Thursday, August 24, 2006

Long Live the New Gods

A little late to the party perhaps, but this caught my attention yesterday. The summarised version is this: MTV are holding some sort of interviews with some high profile game developers ("Gods", apparently). It also reminded me of this piece on that asked why was it that we were still talking about the same people at the head of the industry (Carmack, Miyamoto, etc). And it made me realise something. The old Gods are actually dead, but the media haven't clocked this yet. The New Gods are coming.

Are you ready?

Anatomy of a God
Going all Greek for a moment, what is a God?

In many ways, Gods back then were the equivalent of brands today. Aside from the idea that someone might be abasing themselves before a poster of John Romero, or seeking out Warren Spector's old shoes as relics, what this means is that a God, like a brand, came to mean a symbol of something. The nature of a God was larger than life, the physical embodiment of an idea, and the faith in that idea. This is what brands are at their best, and those who disagree may be referred to the cults of Nintendo and Apple respectively. Gods inspire faith.

Theologically speaking, there are traditionally two kinds of God. One is the insubstantial force, the monolith representing a concept. Companies occupy this particular sort of position in modern times, with people ascribing traits to Coca Cola, McDonalds, Microsoft and Sega, for example, which stand above and beyond the sum total of the people who actually work in those companies. The Mystery cults of Roman times are alive and well in this new form.

The other kind of God is the avatar God. These are the Gods that have faces and bodies, as it were, and who embody a philosophy and a creative aspect. Avatar Gods represent the unchanging truths in our grander nature (Jung's archetypes, in many ways) in that they are not full and rounded people in our understanding of it. To be mortal is to change, to be immortal is to be encapsulated in time.

Our society is awash with these kinds of Gods. The faces of the famous and the worshipped, the stalked and the saluted are literally all around us. The pantheon is literally heaving with all sorts.

So to gaming. While we gamers and game developers might fancy ourselves as aloof and rational beings, rejecting the theology of the masses, the truth is of course that we are just as prone to deification as anyone else. We have out inanimate deities with ever changing personnel like Nintendo and Sony, and we have our individuals who have become Gods. Will Wright is a figure of awe to many people, for example. Will Wright is a God. (There's a quote you won't get from me very often)

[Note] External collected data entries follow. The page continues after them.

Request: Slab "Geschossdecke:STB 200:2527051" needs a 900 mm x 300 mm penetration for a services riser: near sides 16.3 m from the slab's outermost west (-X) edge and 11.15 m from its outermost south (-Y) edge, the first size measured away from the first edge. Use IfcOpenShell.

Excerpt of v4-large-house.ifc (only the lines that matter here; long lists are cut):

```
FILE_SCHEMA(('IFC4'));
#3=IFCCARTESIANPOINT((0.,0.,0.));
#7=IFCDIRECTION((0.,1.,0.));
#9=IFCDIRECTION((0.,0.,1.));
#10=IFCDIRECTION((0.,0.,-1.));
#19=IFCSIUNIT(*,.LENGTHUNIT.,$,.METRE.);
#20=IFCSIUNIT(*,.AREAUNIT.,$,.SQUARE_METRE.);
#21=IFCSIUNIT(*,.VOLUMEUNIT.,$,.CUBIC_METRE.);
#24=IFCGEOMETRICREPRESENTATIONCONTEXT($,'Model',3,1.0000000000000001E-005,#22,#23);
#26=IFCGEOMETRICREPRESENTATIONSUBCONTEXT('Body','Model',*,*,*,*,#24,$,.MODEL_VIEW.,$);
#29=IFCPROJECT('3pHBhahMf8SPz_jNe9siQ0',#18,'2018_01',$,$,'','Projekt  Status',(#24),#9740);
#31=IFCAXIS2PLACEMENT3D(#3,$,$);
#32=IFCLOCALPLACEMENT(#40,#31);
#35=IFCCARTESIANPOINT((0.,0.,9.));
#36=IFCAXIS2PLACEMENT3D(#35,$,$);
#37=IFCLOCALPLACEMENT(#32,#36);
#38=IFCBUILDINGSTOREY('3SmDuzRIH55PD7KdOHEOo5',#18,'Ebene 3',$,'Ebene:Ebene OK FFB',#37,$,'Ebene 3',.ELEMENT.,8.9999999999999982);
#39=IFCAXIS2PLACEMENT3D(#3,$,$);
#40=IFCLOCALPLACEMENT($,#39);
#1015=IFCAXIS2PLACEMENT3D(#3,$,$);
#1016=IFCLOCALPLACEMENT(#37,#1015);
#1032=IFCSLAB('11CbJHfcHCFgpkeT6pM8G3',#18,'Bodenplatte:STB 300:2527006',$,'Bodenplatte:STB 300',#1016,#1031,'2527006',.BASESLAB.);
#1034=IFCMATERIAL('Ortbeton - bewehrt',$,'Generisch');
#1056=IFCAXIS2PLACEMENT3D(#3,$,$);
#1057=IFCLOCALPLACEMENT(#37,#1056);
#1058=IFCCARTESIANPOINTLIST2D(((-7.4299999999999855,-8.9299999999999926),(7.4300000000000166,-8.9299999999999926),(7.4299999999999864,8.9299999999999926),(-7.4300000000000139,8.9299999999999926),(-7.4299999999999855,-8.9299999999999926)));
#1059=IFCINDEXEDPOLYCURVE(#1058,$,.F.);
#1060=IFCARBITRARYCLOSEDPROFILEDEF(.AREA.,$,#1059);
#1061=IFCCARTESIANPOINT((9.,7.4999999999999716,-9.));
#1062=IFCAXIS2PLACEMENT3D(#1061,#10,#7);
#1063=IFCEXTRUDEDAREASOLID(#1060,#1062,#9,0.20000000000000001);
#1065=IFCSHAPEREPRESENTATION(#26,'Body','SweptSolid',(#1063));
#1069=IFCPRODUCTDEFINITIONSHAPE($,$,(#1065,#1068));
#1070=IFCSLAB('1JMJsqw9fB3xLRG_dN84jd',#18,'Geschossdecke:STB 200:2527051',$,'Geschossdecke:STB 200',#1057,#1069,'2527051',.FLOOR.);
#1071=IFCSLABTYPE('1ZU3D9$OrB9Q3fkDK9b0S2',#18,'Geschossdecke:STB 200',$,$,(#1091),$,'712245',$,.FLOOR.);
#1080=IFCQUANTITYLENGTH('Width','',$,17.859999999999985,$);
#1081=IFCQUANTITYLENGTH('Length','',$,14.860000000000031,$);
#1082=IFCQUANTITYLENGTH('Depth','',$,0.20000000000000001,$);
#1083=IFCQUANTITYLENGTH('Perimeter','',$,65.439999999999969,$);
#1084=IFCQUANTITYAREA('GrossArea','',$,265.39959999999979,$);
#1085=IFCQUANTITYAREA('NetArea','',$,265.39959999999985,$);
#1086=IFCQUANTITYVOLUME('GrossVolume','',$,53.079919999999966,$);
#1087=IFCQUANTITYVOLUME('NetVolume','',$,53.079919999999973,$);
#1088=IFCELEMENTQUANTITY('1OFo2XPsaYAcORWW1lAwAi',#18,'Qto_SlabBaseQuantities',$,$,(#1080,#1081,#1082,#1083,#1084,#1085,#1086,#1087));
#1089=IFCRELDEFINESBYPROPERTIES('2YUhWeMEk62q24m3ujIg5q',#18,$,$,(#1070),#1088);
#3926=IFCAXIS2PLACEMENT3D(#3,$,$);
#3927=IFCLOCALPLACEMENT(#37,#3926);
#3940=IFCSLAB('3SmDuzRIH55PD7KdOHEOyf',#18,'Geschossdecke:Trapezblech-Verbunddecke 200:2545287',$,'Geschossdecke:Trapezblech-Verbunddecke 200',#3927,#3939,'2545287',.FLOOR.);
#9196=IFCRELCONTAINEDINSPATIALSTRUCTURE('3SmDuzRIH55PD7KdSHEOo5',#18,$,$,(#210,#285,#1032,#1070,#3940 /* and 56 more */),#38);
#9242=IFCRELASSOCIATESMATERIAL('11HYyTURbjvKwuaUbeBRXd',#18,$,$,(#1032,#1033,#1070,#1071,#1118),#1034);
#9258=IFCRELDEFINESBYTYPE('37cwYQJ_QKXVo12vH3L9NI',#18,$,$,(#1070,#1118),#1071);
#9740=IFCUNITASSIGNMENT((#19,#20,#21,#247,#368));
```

```python
import numpy as np
import ifcopenshell
import ifcopenshell.api.feature
import ifcopenshell.api.geometry
import ifcopenshell.api.pset
import ifcopenshell.api.root
import ifcopenshell.geom
import ifcopenshell.util.element
import ifcopenshell.util.placement
import ifcopenshell.util.representation
import ifcopenshell.util.shape
import ifcopenshell.util.unit

model = ifcopenshell.open("v4-large-house.ifc")
unit_scale = ifcopenshell.util.unit.calculate_unit_scale(model)
area_scale = ifcopenshell.util.unit.calculate_unit_scale(model, "AREAUNIT")
volume_scale = ifcopenshell.util.unit.calculate_unit_scale(model, "VOLUMEUNIT")
settings = ifcopenshell.geom.settings()


def volume(element):
    """Net volume in cubic metres, openings subtracted."""
    shape = ifcopenshell.geom.create_shape(settings, element)
    return ifcopenshell.util.shape.get_volume(shape.geometry)


slab = model.by_guid("1JMJsqw9fB3xLRG_dN84jd")
before = volume(slab)

# Extent in the slab's own axes, in metres. The edges named are its -X and -Y sides.
slab_shape = ifcopenshell.geom.create_shape(settings, slab)
vertices = ifcopenshell.util.shape.get_vertices(slab_shape.geometry)
x_min, y_min, bottom = vertices.min(axis=0)
top = vertices[:, 2].max()

opening = ifcopenshell.api.root.create_entity(model, ifc_class="IfcOpeningElement", name="Services riser opening", predefined_type="OPENING")
context = ifcopenshell.util.representation.get_context(model, "Model", "Body", "MODEL_VIEW")
width, depth = 0.9, 0.3
outline = [(0.0, 0.0), (width, 0.0), (width, depth), (0.0, depth), (0.0, 0.0)]
# Overshoot both faces by 50 mm so the cut is clean.
shape = ifcopenshell.api.geometry.add_slab_representation(
    model, context=context, depth=top - bottom + 0.1, polyline=outline
)
ifcopenshell.api.geometry.assign_representation(model, product=opening, representation=shape)

matrix = ifcopenshell.util.placement.get_local_placement(slab.ObjectPlacement)
matrix[:, 3] = matrix @ np.append(np.array([x_min + 16.3, y_min + 11.15, bottom - 0.05]) / unit_scale, 1.0)
ifcopenshell.api.geometry.edit_object_placement(model, product=opening, matrix=matrix, is_si=False)
ifcopenshell.api.feature.add_feature(model, feature=opening, element=slab)

after = volume(slab)

# Update the slab's stored quantities.
qto = model.by_id(ifcopenshell.util.element.get_pset(slab, "Qto_SlabBaseQuantities", should_inherit=False)["id"])
ifcopenshell.api.pset.edit_qto(model, qto=qto, properties={
    "NetArea": after / (top - bottom) / area_scale,
    "NetVolume": after / volume_scale,
})

print(f"slab volume {before:.3f} -> {after:.3f} m3")

model.write("v4-large-house-out.ifc")
```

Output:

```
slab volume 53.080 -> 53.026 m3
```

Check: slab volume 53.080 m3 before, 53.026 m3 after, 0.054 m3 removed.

Gods are upheld by faith more than anything else. A company which has lost the faith of its consumers goes bankrupt either sharply or in slow decline. A musician whose albums turn to drek finds himself outcast from the body politic. When the Greeks ceased to be a major force in the Mediterranean, their Gods were adapted by the Romans and died after a fashion, eventually supplanted entirely by Christ.

So for gaming, the question that has to be asked is whether the existing Gods are really all that relevant, or whether many or all of them are living in yesteryear? I suspect that the answers to these questions are both "Only in so far as industry journalists keep them alive".

The Meeja
And this is where things get really interesting.

Every God needs its priests. The Mystery Cult needed its cultists to propagate the myths, just as the Catholic Church has a huge hard-on for evangelists and missionaries going to spread The Word. Like it or not, many of the games industry's publications both on the web and in print serve to carry The Word. They are the ones that bring the knowledge of the deity to us and, since all writers create false narratives no matter how hard they may try to be factual, this means that it is writers who craft the myth. All writers are essentially priests or magicians. They bring the Word or they create the Word.

So surely the question for the industry's writers is whether the Word that they bring is actually the truth, or whether they are propagating the myths long past their sell by date. While it is nice to remember the days of yore and the achievements of old, it does seem that a lot of the Gods of gaming are cooling their heels these past five years. Who really spearheaded the great games of the last few years. Are they Gods? If so, why are we not reading about them all the time instead of the usual suspects?

Who among the independent circuit is coming forward with the startling or the truly innovative, and why are we not reading about them all the time instead of yet another FPS engine refinement from Carmack or yet another negative rant about the industry from Spector? What does continued faith in the old Gods get us?

It seems to me that the answer is "Not Much" and industry journalists are being far too complacent. In Hollywood they have an expression that "you're only as good as your last picture" but in games we hold on to the old pantheon even when it seems clear that they've gone off the boil. A lack of attention for the new generation results in starvation among them, because the industry money follows the hype more than the hype following the money. Publishers will only invest in someone already familiar or someone "hot".

The New Gods are out there folks. Do you really want to write another quirky unfunny article about how Miyamoto got the ideas for Zelda from playing in caves as a child, or do you think that maybe there are new stories to tell? I know it's difficult and I know that the inanimate forces who hold onto the purse-strings are both pushing out their old God brands and less than keen for new faces to appear, but really. Is that any excuse?